File Sanitization & Cleaning

Filename Sanitization

def _sanitize_filename(self, filename: str) -> str:
    # Replace invalid characters with underscores
    sanitized = re.sub(r'[<>:"/\\|?*]', '_', filename)
    # Consolidate multiple spaces
    sanitized = re.sub(r'\s+', ' ', sanitized).strip()
    # Limit to 200 characters
    return sanitized[:200]

Album Title Cleaning

Removes Soulseek noise patterns:

  • Artist redundancy: "Kendrick Lamar - good kid, m.A.A.d city" → "good kid, m.A.A.d city"
  • Quality indicators: "[320 Kbps]", "[FLAC]", "(2012)"
  • Format tags: "[Album+iTunes+Bonus Tracks]", "[Deluxe Edition]"

Smart Album Grouping System

Consistency Cache

# Ensures all tracks from same album get identical folder names
self.album_name_cache[f"{artist}::{base_album}"] = resolved_name

Upgrade Logic

If ANY track is from a deluxe/special edition:

  • ALL tracks get grouped under that enhanced name
  • Prevents folder fragmentation (e.g., "Album" vs "Album (Deluxe)")

Base Album Extraction

# "The Dark Side of the Moon (2011 Remaster)" → "The Dark Side of the Moon"
base_album = self._get_base_album_name(album_name)

Integration Flow Diagram

[User Action: Download Missing Tracks]
           ↓
[SpotifyMatchingModal: Select Artist/Album] 
           ↓
[_handle_match_confirmed(): Attach Spotify metadata]
    • download_item.matched_artist = Artist
    • download_item.matched_album = Album  
    • download_item._spotify_clean_title = Title
           ↓
[_start_download_with_artist(): Preserve metadata]
           ↓
[Download Completion]
           ↓
[_organize_matched_download(): Apply naming system]
    • _detect_album_info(): Album vs Single decision
    • _resolve_album_group(): Consistent album naming
    • _sanitize_filename(): Safe filesystem names
           ↓
[Final Organization: Clean folder structure]

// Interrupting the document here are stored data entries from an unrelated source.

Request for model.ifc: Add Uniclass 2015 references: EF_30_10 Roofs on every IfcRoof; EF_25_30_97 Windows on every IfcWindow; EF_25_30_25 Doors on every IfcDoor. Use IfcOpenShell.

First a look at what the model holds.

```python
import ifcopenshell

model = ifcopenshell.open("model.ifc")
print(model.schema)
print("classifications:", [c.Name for c in model.by_type("IfcClassification")])
for ifc_class in ("IfcDoor", "IfcRoof", "IfcStair", "IfcWall", "IfcWindow"):
    print(ifc_class, len(model.by_type(ifc_class)))
```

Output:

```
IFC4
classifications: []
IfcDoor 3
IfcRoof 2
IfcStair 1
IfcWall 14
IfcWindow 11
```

```python
import ifcopenshell
import ifcopenshell.api.classification

model = ifcopenshell.open("model.ifc")

system = ifcopenshell.api.classification.add_classification(model, classification="Uniclass 2015")

codes = {
    "IfcRoof": ("EF_30_10", "Roofs"),
    "IfcWindow": ("EF_25_30_97", "Windows"),
    "IfcDoor": ("EF_25_30_25", "Doors"),
}
for ifc_class, (code, name) in codes.items():
    products = model.by_type(ifc_class)
    ifcopenshell.api.classification.add_reference(
        model, products=products, classification=system, identification=code, name=name
    )
    print(code, len(products))

model.write("model_updated.ifc")
```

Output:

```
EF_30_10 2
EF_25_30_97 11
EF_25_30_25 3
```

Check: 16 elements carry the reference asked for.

Why This System Is Powerful

  1. Universal Consistency: Same logic across all download methods
  2. Spotify Accuracy: Uses official metadata, not messy filenames
  3. Album Bias: Prefers proper album organization over scattered singles
  4. Smart Grouping: Prevents folder fragmentation for different editions
  5. Context Preservation: Maintains musical relationships and album integrity

The result is a pristine, professionally organized music library that looks like it was curated by a music service, regardless of how chaotic the original Soulseek files were named.


Key Files & Functions

  • ui/pages/downloads.py: Core organization logic
    • _organize_matched_download(): Main organization function
    • _detect_album_info(): Album vs single decision
    • _start_download_with_artist(): Metadata preservation
  • ui/pages/sync.py: Playlist-based download modal
  • ui/pages/artists.py: Artist discography download modal
  • ui/pages/dashboard.py: Wishlist automatic processing
  • SpotifyMatchingModal: User selection interface (shared across all modals)

This system ensures that whether you're downloading from playlists, artist pages, or the automatic wishlist, every track gets the same high-quality, Spotify-matched organization.